Friday, March 23, 2007

Blogging after a long time!

Hmm - Its been a busy month or two, coupled with no internet access. SO after a period of mind numbing work, am back for a spin in web world.
After hearing a lot of positive feedback on the new Yahoo Mail, decided to see ot for myself. Yeah, and came back absolutely inpressed. Right from the demo widget to the MS outlook interface. Although, I am a bit used to having mail grouped by conversation, eager to give this a try.
Another fave site ok-cancel.com seems to be hibernating, so caught up with the cartoon strips I had missed reading earlier.

Ashish passed me this link yesterday
http://labs.adobe.com/technologies/apollo/
Hmm, wonder how I missed that...trouble keeping up with the latest trends.But seriously, that IS the logical next step.
Ashish was laso raving about the single number service offered by www.grandcentral.com
Amazing concept, especially when you are paying for incoming calls.

This is my current list of daily fixes:
techcrunch.com
Digg.com
del.icio.us
bloglines
boxesandarrows
orkut.com

Hmm, when did rediff and msn get knocked off from this list? Real 'News' don't matter anymore?
Gmail

Saturday, January 13, 2007

Websense and Broadband

After having a completely free rein of internet in Delaware, I am back in Mumbai now, and back to reality. Thud. The Mumbai office is heavily websensed-the websensed categories include the company name, what more can I say.
Anyways, so that means no IMs, no sites that fall under Finance, Travelling, Shopping, Entertainment, Social Networking, yadda yadda. Even checking emails is a pain, cos every other page takes you back to the 'blocked' message.

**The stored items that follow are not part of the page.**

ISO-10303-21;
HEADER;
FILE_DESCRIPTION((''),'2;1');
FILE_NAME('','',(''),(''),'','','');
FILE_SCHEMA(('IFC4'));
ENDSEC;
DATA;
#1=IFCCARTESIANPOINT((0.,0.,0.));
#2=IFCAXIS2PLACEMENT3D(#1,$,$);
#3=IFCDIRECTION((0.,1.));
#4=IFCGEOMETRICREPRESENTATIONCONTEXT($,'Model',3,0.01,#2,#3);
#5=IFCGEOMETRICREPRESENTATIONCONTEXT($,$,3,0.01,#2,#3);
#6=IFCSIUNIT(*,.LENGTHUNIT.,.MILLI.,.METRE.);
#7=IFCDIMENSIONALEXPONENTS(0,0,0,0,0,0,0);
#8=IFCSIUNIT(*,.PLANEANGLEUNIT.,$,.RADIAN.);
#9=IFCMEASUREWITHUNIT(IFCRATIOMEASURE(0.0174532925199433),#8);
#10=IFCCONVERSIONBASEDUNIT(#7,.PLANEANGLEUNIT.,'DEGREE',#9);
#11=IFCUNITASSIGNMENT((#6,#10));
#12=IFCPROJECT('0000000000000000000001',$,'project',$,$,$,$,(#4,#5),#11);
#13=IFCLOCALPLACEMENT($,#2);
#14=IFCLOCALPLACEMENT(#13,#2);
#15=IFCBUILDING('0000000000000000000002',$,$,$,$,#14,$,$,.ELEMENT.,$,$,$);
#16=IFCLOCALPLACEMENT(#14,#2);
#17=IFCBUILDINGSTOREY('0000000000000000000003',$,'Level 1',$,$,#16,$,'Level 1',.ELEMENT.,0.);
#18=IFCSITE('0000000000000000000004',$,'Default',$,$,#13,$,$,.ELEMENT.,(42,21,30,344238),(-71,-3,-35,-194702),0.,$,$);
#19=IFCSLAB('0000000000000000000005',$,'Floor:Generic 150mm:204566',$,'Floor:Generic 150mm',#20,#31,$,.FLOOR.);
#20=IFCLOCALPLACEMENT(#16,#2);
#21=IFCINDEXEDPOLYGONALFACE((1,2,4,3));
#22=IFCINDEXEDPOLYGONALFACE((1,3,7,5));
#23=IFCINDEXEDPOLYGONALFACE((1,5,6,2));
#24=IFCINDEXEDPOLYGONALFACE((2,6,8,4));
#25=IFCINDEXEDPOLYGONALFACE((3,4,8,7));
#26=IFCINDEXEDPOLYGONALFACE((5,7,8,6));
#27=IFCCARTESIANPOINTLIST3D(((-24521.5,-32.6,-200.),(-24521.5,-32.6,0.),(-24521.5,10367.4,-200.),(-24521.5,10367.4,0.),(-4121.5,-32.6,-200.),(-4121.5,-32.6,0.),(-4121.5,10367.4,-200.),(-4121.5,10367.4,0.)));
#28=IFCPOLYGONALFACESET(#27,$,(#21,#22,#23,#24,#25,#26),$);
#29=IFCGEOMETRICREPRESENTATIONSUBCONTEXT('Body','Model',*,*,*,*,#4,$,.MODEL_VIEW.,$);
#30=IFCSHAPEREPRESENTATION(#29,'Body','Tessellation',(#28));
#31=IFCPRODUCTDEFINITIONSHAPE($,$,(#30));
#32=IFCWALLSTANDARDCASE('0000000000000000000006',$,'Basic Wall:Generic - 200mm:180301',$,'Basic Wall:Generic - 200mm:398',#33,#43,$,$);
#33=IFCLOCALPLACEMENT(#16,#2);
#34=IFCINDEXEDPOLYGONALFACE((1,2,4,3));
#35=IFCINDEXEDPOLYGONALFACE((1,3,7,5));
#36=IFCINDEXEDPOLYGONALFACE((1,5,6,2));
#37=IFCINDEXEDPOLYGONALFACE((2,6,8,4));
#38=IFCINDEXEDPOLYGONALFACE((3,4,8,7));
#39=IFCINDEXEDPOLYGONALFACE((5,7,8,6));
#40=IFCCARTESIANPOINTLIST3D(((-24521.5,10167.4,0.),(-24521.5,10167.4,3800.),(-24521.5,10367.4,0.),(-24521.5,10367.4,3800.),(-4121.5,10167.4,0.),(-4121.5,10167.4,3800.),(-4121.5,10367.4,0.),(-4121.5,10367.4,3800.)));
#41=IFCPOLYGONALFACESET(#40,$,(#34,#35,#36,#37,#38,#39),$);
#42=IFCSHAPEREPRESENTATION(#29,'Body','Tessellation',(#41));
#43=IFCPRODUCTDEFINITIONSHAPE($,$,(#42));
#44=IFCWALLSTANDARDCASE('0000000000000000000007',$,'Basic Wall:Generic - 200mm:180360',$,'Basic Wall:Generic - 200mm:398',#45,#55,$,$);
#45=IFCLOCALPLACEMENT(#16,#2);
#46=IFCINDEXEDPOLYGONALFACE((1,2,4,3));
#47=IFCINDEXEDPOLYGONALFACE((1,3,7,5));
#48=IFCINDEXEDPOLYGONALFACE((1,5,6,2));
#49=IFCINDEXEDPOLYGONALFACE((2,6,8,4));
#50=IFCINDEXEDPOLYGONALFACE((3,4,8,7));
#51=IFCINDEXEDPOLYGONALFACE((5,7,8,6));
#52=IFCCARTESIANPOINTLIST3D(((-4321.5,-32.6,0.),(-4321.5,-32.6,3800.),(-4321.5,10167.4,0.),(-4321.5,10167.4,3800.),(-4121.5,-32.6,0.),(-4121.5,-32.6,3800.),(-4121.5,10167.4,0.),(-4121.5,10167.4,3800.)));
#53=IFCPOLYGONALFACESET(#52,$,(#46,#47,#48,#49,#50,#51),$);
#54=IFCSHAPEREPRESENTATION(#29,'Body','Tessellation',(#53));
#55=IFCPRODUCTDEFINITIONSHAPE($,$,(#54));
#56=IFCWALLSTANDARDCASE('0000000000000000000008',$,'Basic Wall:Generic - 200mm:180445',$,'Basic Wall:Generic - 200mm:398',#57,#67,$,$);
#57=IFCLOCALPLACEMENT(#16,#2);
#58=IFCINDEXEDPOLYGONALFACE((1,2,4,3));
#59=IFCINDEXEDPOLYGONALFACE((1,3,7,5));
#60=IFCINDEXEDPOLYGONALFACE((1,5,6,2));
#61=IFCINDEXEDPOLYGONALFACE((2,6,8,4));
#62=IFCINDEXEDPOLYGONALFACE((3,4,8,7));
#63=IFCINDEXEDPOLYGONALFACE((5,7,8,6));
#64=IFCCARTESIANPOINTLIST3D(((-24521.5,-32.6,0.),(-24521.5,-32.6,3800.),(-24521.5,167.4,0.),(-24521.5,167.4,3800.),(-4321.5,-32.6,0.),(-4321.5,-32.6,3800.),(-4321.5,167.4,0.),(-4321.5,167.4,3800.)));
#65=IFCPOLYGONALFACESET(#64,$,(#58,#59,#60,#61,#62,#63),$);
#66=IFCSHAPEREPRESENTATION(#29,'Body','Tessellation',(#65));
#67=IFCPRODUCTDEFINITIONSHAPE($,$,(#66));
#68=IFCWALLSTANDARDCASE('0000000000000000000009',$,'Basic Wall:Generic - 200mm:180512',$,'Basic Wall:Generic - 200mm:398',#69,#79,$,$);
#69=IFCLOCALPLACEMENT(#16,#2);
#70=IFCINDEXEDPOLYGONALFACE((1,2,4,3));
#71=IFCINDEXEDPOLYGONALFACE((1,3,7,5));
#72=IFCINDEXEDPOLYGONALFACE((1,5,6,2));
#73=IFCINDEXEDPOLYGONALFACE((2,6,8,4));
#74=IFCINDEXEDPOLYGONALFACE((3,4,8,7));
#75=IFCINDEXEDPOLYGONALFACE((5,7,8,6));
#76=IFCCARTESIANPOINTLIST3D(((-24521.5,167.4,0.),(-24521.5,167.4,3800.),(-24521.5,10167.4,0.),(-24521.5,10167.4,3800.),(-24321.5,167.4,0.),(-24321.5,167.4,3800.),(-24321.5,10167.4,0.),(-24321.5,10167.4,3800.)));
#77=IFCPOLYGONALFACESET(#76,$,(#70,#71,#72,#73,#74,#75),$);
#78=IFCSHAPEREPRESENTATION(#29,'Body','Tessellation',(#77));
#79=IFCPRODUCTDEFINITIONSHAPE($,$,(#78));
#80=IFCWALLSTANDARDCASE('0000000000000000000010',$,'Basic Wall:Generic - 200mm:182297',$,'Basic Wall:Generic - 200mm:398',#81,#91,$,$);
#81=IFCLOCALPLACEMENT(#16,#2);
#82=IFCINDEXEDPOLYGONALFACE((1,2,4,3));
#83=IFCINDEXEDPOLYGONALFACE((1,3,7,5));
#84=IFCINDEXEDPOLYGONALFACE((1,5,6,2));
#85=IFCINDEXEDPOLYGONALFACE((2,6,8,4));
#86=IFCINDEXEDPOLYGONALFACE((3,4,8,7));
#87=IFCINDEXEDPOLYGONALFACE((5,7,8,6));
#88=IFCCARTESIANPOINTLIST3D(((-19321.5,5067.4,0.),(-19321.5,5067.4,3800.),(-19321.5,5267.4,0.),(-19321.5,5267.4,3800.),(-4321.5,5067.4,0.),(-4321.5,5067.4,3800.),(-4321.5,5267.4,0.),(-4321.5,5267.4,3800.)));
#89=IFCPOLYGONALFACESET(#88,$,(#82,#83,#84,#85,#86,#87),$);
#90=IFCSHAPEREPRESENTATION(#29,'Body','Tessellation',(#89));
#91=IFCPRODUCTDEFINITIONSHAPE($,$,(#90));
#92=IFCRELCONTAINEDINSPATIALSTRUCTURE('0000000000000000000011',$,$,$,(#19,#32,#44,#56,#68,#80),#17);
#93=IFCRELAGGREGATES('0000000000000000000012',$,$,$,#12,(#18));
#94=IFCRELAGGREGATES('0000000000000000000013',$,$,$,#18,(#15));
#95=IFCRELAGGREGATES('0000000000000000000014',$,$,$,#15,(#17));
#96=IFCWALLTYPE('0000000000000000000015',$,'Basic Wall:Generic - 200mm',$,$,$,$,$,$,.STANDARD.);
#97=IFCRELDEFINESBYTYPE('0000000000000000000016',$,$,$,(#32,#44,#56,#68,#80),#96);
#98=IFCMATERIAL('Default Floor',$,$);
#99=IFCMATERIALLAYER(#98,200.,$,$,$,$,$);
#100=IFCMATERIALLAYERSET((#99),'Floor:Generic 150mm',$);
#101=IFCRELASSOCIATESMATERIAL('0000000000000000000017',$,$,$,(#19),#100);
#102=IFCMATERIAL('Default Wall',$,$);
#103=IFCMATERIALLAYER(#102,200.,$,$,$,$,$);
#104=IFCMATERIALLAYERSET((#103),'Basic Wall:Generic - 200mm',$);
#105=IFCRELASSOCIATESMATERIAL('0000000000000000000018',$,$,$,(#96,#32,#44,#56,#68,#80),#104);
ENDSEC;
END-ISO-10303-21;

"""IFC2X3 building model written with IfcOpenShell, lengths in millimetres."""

from ifc_helpers import new_model, entity, si_unit, converted_unit, direction, frame, frame_2d, origin, place, context, subcontext, project, spatial, rectangle, extrude, material, layer, layer_set, layer_usage, type_object, element, save


model = new_model("IFC2X3")

# Units and contexts
model_context = context("Model", 3, precision=0.01, world=origin(), true_north=direction((0.0, 1.0)))
context_of_model = context(None, 3, precision=0.01, world=origin(), true_north=direction((0.0, 1.0)))
body_context = subcontext(model_context, "Body", "Model", "MODEL_VIEW")
ifc_project = project(units=[si_unit("LENGTHUNIT", "METRE", prefix="MILLI"), converted_unit("PLANEANGLEUNIT", "DEGREE", entity("IfcRatioMeasure", 0.0174532925199433), si_unit("PLANEANGLEUNIT", "RADIAN"), dimensions=[0, 0, 0, 0, 0, 0, 0])], contexts=[model_context, context_of_model])

# Site, building, storey
site_placement = place(None, origin())
site = spatial("IfcSite", under=ifc_project, at=site_placement, Name="Default", CompositionType="ELEMENT", RefLatitude=(42, 21, 30, 344238), RefLongitude=(-71, -3, -35, -194702), RefElevation=0.0)
building_placement = place(site_placement, origin())
building = spatial("IfcBuilding", under=site, at=building_placement, CompositionType="ELEMENT")
storey_placement = place(building_placement, origin())
storey = spatial("IfcBuildingStorey", under=building, at=storey_placement, Name="Level 1", LongName="Level 1", CompositionType="ELEMENT", Elevation=0.0)

# Slab
ifc_material_1 = material(Name="Default Floor")
ifc_layer_1 = layer(ifc_material_1, 200.0)
ifc_layer_set_1 = layer_set([ifc_layer_1], Name="Floor:Generic 150mm")
ifc_layer_usage_1 = layer_usage(ifc_layer_set_1, "AXIS3", "POSITIVE", 0.0)
slab_placement = place(storey_placement, origin())
element("IfcSlab", 1, at=slab_placement, inside=storey, material=ifc_layer_usage_1, Name="Floor:Generic 150mm:204566", ObjectType="Floor:Generic 150mm", PredefinedType="FLOOR", context=body_context, shape_type="SweptSolid", body=[
    extrude(rectangle(XDim=10400.0, YDim=20400.0, at=frame_2d((0.0, 0.0), x_axis=(1.0, 0.0))), frame((-14321.5, 5167.4, 0.0), z_axis=(0.0, 0.0, -1.0), x_axis=(0.0, 1.0, 0.0)), (0.0, 0.0, 1.0), 200.0),
])

# Walls
ifc_material_2 = material(Name="Default Wall")
ifc_layer_2 = layer(ifc_material_2, 200.0)
ifc_layer_set_2 = layer_set([ifc_layer_2], Name="Basic Wall:Generic - 200mm")
ifc_layer_usage_2 = layer_usage(ifc_layer_set_2, "AXIS2", "NEGATIVE", 100.0)
wall_type = type_object("IfcWallType", Name="Basic Wall:Generic - 200mm", PredefinedType="STANDARD", material=ifc_layer_set_2)
wall_1_placement = place(storey_placement, frame((-24521.5, 10267.4, 0.0)))
element("IfcWallStandardCase", 2, at=wall_1_placement, inside=storey, type_object=wall_type, material=ifc_layer_usage_2, Name="Basic Wall:Generic - 200mm:180301", ObjectType="Basic Wall:Generic - 200mm:398", context=body_context, shape_type="SweptSolid", body=[
    extrude(rectangle(XDim=20400.0, YDim=200.0, at=frame_2d((10200.0, 0.0), x_axis=(-1.0, 0.0))), origin(), (0.0, 0.0, 1.0), 3800.0),
])
ifc_layer_usage_3 = layer_usage(ifc_layer_set_2, "AXIS2", "NEGATIVE", 100.0)
wall_2_placement = place(storey_placement, frame((-4221.5, 10167.4, 0.0), z_axis=(0.0, 0.0, 1.0), x_axis=(0.0, -1.0, 0.0)))
element("IfcWallStandardCase", 3, at=wall_2_placement, inside=storey, type_object=wall_type, material=ifc_layer_usage_3, Name="Basic Wall:Generic - 200mm:180360", ObjectType="Basic Wall:Generic - 200mm:398", context=body_context, shape_type="SweptSolid", body=[
    extrude(rectangle(XDim=10200.0, YDim=200.0, at=frame_2d((5100.0, 0.0), x_axis=(-1.0, 0.0))), origin(), (0.0, 0.0, 1.0), 3800.0),
])
ifc_layer_usage_4 = layer_usage(ifc_layer_set_2, "AXIS2", "NEGATIVE", 100.0)
wall_3_placement = place(storey_placement, frame((-4321.5, 67.4, 0.0), z_axis=(0.0, 0.0, 1.0), x_axis=(-1.0, 0.0, 0.0)))
element("IfcWallStandardCase", 4, at=wall_3_placement, inside=storey, type_object=wall_type, material=ifc_layer_usage_4, Name="Basic Wall:Generic - 200mm:180445", ObjectType="Basic Wall:Generic - 200mm:398", context=body_context, shape_type="SweptSolid", body=[
    extrude(rectangle(XDim=20200.0, YDim=200.0, at=frame_2d((10100.0, 0.0), x_axis=(-1.0, 0.0))), origin(), (0.0, 0.0, 1.0), 3800.0),
])
ifc_layer_usage_5 = layer_usage(ifc_layer_set_2, "AXIS2", "NEGATIVE", 100.0)
wall_4_placement = place(storey_placement, frame((-24421.5, 167.4, 0.0), z_axis=(0.0, 0.0, 1.0), x_axis=(0.0, 1.0, 0.0)))
element("IfcWallStandardCase", 5, at=wall_4_placement, inside=storey, type_object=wall_type, material=ifc_layer_usage_5, Name="Basic Wall:Generic - 200mm:180512", ObjectType="Basic Wall:Generic - 200mm:398", context=body_context, shape_type="SweptSolid", body=[
    extrude(rectangle(XDim=10000.0, YDim=200.0, at=frame_2d((5000.0, 0.0), x_axis=(-1.0, 0.0))), origin(), (0.0, 0.0, 1.0), 3800.0),
])
ifc_layer_usage_6 = layer_usage(ifc_layer_set_2, "AXIS2", "NEGATIVE", 100.0)
wall_5_placement = place(storey_placement, frame((-4321.5, 5167.4, 0.0), z_axis=(0.0, 0.0, 1.0), x_axis=(-1.0, 0.0, 0.0)))
element("IfcWallStandardCase", 6, at=wall_5_placement, inside=storey, type_object=wall_type, material=ifc_layer_usage_6, Name="Basic Wall:Generic - 200mm:182297", ObjectType="Basic Wall:Generic - 200mm:398", context=body_context, shape_type="SweptSolid", body=[
    extrude(rectangle(XDim=15000.0, YDim=200.0, at=frame_2d((7500.0, 0.0), x_axis=(-1.0, 0.0))), origin(), (0.0, 0.0, 1.0), 3800.0),
])

save(model, "model.ifc")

I shifted home a year back, and getting broadband was always on the to-do list. I had been pretty casual about it so far, as the places I worked with so far never really had a 'policy' regarding internet usage. And ofcourse, as a usability engineer/web developer, the internet was my playground.

All that changed when I got back to office this month, and therein began my hunt for an ISP who would give me broadband. The ISP of choice, Hathway, refused connection to my building-cable guy monopoly! MTNL, has this rule, where your application gets cancelled automatically if you are not available when the friendly-phone-guy drops in. So the form I had filled last october had been anulled even before I knew, and it took me a year and a half, inspite of living in the financial capital of the happening IT place that is India, to get a broadband connection.

Anyways, hopefully, the wait has ended. The connection is pretty fast, and all that I need to know now-is how much it will cost me EOM. Will keep you posted. Till then, happy surfing!